Alibaba IPO
Mark Lennihan/APJack Ma is the founder of Alibaba.

There has been no shortage of debutantes on Wall Street lately. Dozens of companies went public last quarter — many of them names you know, or that you will know soon. These some of the more intriguing initial public offerings to come out of this past quarter.

El Pollo Loco (LOCO)

Fast casual has been the place to be for investing in the restaurant industry, and that helped pave the way for this California-based chain specializing in citrus-marinated chicken to go public in July at $15 a share. Investors won’t be impressed by its slow yet calculated expansion. It had grown from 398 locations to just 401 in the year leading up to its IPO.

However, El Pollo Loco’s store-level performance has been impressive. It posted a 5.4 percent increase in comparable-restaurant sales in its first quarter as a public company.
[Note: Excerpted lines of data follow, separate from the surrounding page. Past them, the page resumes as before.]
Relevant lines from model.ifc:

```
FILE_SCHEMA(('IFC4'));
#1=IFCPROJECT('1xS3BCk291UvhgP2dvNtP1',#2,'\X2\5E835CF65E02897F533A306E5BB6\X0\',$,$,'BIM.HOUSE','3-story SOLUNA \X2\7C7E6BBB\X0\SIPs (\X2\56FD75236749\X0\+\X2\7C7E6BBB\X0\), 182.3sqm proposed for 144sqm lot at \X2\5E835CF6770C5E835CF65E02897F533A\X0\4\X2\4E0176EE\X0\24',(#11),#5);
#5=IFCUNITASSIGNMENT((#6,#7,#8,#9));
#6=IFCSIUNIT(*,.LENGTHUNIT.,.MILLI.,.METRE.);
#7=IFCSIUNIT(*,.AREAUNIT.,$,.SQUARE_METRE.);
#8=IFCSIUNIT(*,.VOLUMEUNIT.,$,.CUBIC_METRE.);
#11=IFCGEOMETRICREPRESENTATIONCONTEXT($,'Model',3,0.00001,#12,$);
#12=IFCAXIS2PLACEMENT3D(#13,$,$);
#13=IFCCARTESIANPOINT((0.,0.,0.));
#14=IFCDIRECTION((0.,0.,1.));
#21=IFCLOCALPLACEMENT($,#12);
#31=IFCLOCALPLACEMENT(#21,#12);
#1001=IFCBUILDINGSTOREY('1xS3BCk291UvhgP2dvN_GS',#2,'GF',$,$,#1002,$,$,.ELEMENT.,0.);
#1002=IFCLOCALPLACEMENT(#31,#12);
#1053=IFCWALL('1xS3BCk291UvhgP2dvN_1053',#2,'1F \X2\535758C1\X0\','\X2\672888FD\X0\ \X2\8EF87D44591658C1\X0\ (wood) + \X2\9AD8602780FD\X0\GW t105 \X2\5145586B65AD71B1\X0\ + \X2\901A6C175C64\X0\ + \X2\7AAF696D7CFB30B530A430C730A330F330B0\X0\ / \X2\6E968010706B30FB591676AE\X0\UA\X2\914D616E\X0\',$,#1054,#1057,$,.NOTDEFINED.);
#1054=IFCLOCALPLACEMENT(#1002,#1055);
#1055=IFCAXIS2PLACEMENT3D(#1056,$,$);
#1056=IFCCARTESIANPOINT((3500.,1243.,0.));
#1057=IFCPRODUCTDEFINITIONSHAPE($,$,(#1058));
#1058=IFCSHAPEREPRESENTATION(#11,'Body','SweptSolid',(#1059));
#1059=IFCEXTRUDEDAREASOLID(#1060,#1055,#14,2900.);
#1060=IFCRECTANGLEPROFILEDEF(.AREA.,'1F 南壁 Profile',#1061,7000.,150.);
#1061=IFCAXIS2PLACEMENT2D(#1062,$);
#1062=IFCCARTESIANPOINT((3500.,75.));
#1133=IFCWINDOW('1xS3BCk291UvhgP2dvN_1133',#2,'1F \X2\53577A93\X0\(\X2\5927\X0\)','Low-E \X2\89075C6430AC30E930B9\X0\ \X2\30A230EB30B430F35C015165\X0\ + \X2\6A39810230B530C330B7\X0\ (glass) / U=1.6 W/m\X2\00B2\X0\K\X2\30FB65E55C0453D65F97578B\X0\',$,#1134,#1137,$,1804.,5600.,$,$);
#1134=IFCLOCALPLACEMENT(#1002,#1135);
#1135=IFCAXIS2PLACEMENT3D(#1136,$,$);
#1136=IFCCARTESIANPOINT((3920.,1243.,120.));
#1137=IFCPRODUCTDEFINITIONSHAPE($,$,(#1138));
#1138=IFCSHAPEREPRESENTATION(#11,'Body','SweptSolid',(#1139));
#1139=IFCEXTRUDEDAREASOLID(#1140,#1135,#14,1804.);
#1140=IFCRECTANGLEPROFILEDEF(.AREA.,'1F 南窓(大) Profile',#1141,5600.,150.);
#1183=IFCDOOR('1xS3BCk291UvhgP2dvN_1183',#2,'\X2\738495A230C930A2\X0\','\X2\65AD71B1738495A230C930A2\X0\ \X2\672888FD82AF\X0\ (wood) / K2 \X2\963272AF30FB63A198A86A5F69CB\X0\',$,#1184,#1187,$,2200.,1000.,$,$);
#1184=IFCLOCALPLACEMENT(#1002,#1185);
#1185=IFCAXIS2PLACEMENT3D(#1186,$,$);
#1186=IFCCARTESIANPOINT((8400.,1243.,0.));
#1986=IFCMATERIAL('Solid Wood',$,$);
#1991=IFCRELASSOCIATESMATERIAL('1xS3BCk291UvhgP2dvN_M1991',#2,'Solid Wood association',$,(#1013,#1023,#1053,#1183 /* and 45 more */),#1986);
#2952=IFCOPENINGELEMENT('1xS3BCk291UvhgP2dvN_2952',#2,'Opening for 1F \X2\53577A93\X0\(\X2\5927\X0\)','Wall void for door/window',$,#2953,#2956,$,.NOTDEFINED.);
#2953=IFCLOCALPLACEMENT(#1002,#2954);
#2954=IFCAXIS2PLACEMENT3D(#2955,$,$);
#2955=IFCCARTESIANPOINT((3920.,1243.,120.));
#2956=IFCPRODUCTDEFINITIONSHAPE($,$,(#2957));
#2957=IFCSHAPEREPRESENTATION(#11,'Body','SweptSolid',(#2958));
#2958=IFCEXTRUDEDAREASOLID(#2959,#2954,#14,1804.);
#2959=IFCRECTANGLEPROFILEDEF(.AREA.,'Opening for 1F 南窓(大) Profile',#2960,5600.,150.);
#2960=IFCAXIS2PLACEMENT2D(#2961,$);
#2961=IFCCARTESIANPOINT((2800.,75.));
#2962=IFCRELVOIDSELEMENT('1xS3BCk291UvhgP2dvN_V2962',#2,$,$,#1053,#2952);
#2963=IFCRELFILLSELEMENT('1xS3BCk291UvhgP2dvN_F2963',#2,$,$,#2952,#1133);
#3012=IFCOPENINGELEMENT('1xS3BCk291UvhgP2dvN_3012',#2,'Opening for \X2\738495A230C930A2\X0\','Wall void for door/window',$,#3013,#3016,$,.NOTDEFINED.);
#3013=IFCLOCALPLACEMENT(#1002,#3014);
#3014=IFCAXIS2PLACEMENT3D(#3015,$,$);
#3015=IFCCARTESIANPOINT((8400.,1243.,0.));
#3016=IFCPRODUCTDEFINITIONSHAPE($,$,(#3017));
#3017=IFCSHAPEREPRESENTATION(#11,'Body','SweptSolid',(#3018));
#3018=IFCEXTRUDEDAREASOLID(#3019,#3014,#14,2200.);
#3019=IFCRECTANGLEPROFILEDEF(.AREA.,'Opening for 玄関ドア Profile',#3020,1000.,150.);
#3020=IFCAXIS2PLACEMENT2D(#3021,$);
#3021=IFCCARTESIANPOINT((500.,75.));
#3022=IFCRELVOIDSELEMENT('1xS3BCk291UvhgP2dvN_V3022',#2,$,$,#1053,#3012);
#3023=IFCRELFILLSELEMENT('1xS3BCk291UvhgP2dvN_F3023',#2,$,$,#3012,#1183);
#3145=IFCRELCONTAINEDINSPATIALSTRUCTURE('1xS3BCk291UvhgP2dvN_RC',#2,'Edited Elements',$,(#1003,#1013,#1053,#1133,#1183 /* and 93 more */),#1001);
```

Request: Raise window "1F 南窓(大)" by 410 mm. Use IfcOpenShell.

```python
import numpy as np
import ifcopenshell
import ifcopenshell.api.geometry
import ifcopenshell.util.placement
import ifcopenshell.util.unit

model = ifcopenshell.open("model.ifc")
unit_scale = ifcopenshell.util.unit.calculate_unit_scale(model)

window = model.by_guid("1xS3BCk291UvhgP2dvN_1133")
opening = window.FillsVoids[0].RelatingOpeningElement
dz = 410.0

shift = np.array([0.0, 0.0, dz])
# The window is not placed relative to its opening, so move both.
for product in (opening, window):
    matrix = ifcopenshell.util.placement.get_local_placement(product.ObjectPlacement)
    matrix[:3, 3] += shift
    ifcopenshell.api.geometry.edit_object_placement(model, product=product, matrix=matrix, is_si=False)

print(f"moved by {dz * unit_scale:+.3f} m")

model.write("model_v2.ifc")
```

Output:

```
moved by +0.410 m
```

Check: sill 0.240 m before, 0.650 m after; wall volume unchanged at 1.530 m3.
That is certainly better than the average fast-food or casual-dining chain out there, once again validating the fast-casual model, where chains offer the convenience of fast food but the quality of traditional casual-dining restaurants.

Mobileye (MBLY)

The push to develop self-driving cars is really getting traction, a fact that became even more apparent last week when Tesla (TSLA) showed off an updated sedan that uses a dozen sensors to do everything from adjusting speed in accordance with speed limit signs when it’s on cruise control to switching lanes automatically when the sensors see an opening in traffic after the driver triggers the turn signal.

But clever sensors notwithstanding, self-driving cars won’t happen without serious software, and that’s where Mobileye comes in. The Israeli company provides software and chips for camera-based advanced driver assistance systems. This will likely become a competitive market in the future, but for now Mobileye is seen as a leading pioneer in self-driving vehicles. Its share price has roughly doubled since it went public at $25 just two months ago.

ReWalk Robotics (RWLK)

One of the more ambitious goals in robotics is getting people who can’t walk moving again. ReWalk is one of a couple of companies with a robotic exoskeleton on the market for folks with spinal cord injuries. ReWalk’s system allows them to stand up and walk through powered hip and knee controls.

The robotic exoskeleton, which starts at $70,000, became available in this country earlier this year. It scored big last month when a major German insurance company agreed to reimburse a patient for a ReWalk device. ReWalk went public at $12 last month, and its stock has more than doubled.

Alibaba (BABA)

China’s e-commerce behemoth became the world’s largest IPO when it raised $25 billion in last month’s market debut. Alibaba is the rock star in the world’s most populous nation, which recently overtook the U.S. to become the largest online nation, too. The company went public at $68 and has moved nicely higher in its first few weeks on the market.

Smart & Final (SFS)

Smart & Final operates 250 stores that include its namesake supermarkets as well as cash-and-carry food-service stores. Smart & Final positions itself as the “non-club club” by stocking thousands of club-sized items, the kind of bulk-sized fare that one normally finds at BJ’s or Costco (COST). However, customers don’t need to pay an annual membership fee the way you do at a traditional warehouse club. It’s working. Smart & Final has come through with positive comparable-store sales growth in 24 of the past 25 years.

The company went public at $12 a few weeks ago, but this isn’t its first time as a publicly traded entity. Smart & Final traded from 1991 to 2007, until Apollo Management took it private. This time, it had to settle for pricing at the low end of its initial range of $12 to $14, and the stock currently trades within that range.